WHAT European country enjoyed the fastest economic growth in the 1980s, a boom in high-performance small industries, renewed profitability of its publicly owned industrial giants, and growing exports in everything from traditional consumer goods to specialized machine tools? You may have been tempted to answer Germany, but the correct answer is Italy. Yet after economic growth over the past decade that put it second only to Japan among industrialized countries, the land of Fiats and Benetton enters the 1990s on less-sure footing.
No one is forecasting any economic disasters, or even a very serious slowdown. The Organization for Economic Cooperation and Development (OECD) expects Italy's economic growth rate to drop slightly from 2.6 percent last year to 2.5 percent in 1991. Higher oil prices will push inflation to a 7.25 percent annual rate by the middle of next year, the OECD says, and that in turn will send interest rates, already the highest in real terms in industrial nations, climbing still farther.
Yet signs are multiplying that a robust Italian economy is facing difficulties in some of the very areas that have been its strength over the past decade, economists say.

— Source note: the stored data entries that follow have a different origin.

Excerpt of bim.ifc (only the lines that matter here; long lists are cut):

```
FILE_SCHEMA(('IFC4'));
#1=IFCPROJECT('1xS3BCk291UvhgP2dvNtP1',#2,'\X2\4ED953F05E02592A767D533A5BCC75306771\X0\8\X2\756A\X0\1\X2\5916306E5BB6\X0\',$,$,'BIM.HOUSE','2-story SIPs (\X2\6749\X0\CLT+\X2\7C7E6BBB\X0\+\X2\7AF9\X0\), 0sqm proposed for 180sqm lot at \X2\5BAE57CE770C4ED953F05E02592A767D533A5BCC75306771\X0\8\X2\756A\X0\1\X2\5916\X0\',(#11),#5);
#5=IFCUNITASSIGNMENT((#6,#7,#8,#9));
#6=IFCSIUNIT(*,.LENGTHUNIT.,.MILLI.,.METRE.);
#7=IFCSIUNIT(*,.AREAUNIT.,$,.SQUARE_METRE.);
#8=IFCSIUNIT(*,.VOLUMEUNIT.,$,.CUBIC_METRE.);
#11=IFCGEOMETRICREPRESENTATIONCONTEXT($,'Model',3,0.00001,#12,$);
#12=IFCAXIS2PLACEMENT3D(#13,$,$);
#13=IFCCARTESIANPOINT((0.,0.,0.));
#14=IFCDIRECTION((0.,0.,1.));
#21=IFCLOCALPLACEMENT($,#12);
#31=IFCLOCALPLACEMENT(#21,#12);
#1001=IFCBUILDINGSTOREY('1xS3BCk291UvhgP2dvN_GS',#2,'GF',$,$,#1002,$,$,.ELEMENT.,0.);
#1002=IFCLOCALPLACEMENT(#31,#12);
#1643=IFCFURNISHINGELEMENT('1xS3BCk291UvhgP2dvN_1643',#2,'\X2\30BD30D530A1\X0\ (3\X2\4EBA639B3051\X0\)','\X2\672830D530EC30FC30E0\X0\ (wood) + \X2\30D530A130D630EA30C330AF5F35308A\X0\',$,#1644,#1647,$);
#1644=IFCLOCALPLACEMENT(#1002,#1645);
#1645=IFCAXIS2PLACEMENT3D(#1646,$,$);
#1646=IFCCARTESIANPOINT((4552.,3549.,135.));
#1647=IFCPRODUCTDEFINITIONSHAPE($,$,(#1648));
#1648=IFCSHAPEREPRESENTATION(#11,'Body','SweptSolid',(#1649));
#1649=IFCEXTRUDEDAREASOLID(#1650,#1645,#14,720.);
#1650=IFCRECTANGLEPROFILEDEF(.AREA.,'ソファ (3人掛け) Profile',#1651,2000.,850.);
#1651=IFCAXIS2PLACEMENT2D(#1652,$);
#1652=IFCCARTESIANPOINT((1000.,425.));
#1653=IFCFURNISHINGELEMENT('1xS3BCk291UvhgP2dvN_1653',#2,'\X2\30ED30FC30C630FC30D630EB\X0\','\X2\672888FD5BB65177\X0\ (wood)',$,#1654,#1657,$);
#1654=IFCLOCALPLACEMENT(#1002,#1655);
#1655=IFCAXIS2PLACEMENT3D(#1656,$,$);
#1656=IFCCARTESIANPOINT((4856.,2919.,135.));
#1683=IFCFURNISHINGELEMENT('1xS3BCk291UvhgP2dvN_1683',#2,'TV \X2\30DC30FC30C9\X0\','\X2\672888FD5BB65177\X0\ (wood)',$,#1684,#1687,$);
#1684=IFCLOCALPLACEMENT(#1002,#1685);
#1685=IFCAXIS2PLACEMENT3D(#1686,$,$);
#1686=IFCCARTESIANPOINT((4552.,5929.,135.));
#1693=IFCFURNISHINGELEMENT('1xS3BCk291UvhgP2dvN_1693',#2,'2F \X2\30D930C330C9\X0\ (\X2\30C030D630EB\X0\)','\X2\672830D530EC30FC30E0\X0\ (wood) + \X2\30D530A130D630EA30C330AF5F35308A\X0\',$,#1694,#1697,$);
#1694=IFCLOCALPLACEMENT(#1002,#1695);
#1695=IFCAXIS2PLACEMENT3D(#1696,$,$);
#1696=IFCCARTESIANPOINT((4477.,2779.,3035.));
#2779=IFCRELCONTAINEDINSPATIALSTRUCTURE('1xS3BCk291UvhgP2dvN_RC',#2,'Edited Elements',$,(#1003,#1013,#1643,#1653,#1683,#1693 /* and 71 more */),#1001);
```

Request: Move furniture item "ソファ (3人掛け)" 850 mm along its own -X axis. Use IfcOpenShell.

```python
import ifcopenshell
import ifcopenshell.api.geometry
import ifcopenshell.util.placement

model = ifcopenshell.open("bim.ifc")

item = model.by_id(1643)
matrix = ifcopenshell.util.placement.get_local_placement(item.ObjectPlacement)
matrix[:3, 3] -= matrix[:3, 0] * 850.0
ifcopenshell.api.geometry.edit_object_placement(model, product=item, matrix=matrix, is_si=False)

print(ifcopenshell.util.placement.get_local_placement(item.ObjectPlacement).round(3) + 0.0)

model.write("bim_updated.ifc")
```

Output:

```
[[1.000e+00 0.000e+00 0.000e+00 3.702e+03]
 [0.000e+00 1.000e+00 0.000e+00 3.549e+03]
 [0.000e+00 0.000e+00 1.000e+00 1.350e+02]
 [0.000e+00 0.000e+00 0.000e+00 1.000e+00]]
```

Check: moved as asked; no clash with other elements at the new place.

A concentration of the country's export-dependent industries in such traditional sectors as clothing, shoes, ceramics, and automobiles, could become a problem as newly industrializing countries improve the quality of their production in the same sectors. Statistics from ICE, the National Institute for Foreign Trade, show Italy with the highest concentration of its manufacturing in traditional sectors of any industrial country.
Italian shoe production plunged 25 percent between 1986 and 1989, for example, and despite an upturn in the beginning of 1990, shoe producers are predicting further shrinkage of production. Italy's nearly 9,000 shoe manufacturers export 80 percent of their production - two numbers that indicate both the small scale of production and the industry's dependence on exports.
At the same time, Italy has the weakest presence among industrial nations in the high-tech sectors that are expected to enjoy fast growth over the next decade.
``The most dynamic sectors in the world economy will be areas where Italy is not specialized, and that will create problems,'' says Lelio Iapadre, director of ICE's economic research department.
ITALY'S small companies, which employ a larger share of workers than in any industrial country but Japan, and which played such an important role in the phenomenal growth of the past eight years, will face tough odds in trying to improve export performance. Small companies will have a harder time making the investments needed for continuous innovation, and global marketing, a number of economists here say.
Finally, with a national debt equal to annual economic output and an annual deficit at about 11 percent of gross domestic product (GDP), inflation and interest rates will be kept up. Not only does that make the bank loans small companies are dependent on for investment more expensive, but some economists worry that public borrowing needs dry up credit sources for the private sector.
Italy's growth over the past decade wasn't so much a ``miracle,'' as some pundits have labeled it, as it was a reaction to a lag compared to other industrial countries. The harder part, some economists predict, will come in the 1990s.
The growth of the last decade ``was a restructuring of technological capability and production means, not a launching into new sectors,'' says Alberto Heimler, a research economist at Confindustria, Italy's confederation of business owners and managers.
The problem for the next decade, he says, will be enlarging capacity, and diversifying.
Some economists say that part of Italy's boom in the 1980s was the result of a ``catch-up effect'' from the '70s, when unstable social conditions, ranging from terrorist attacks to labor unrest, discouraged industrial investment.
Fabrizio Barca, a senior researcher with Bank of Italy, says small companies grew in part because they had the flexibility and specialization to quickly supply larger companies with parts and products they needed. Yet in a recent report on small Italian companies, Dr. Barca warns they could face their own damaging ``technological lag'' if financing remains difficult because of high interest rates. Unlike larger companies that generally have deeper pockets, small companies are more dependent on banks - which are often very small, (Italy has more than 1,000) and reluctant to lend to high-risk small firms.
Other economists worry that the much-touted ``family networks'' that have created many of Italy's companies - Benetton apparel is the creation of three young members of the same family - lack the financial resources to expand and innovate.
``The smallness that was so many companies' strength over the past 10 years will for some become a disadvantage in the future,'' says Luisa Picozzi, director of quarterly reports for ISTAT, the national statistics institute.
First among answers for Italian industry's problems, economists say, is bringing down interest rates.
But that is unlikely to happen soon: the government is expected to miss its spending target for next year and still suffer a deficit of nearly 10 percent of GDP, more than double the percentage of any other major industrial economy.
And much deeper spending cuts seem unlikely. Austerity measures have already cut government spending to match receipts: It is huge interest payments on past debts that keep Italy in the red.
At ICE, Mr. Iapadre says Italian companies can continue growing not necessarily by expanding themselves, but through partnerships with other companies, both domestic and foreign.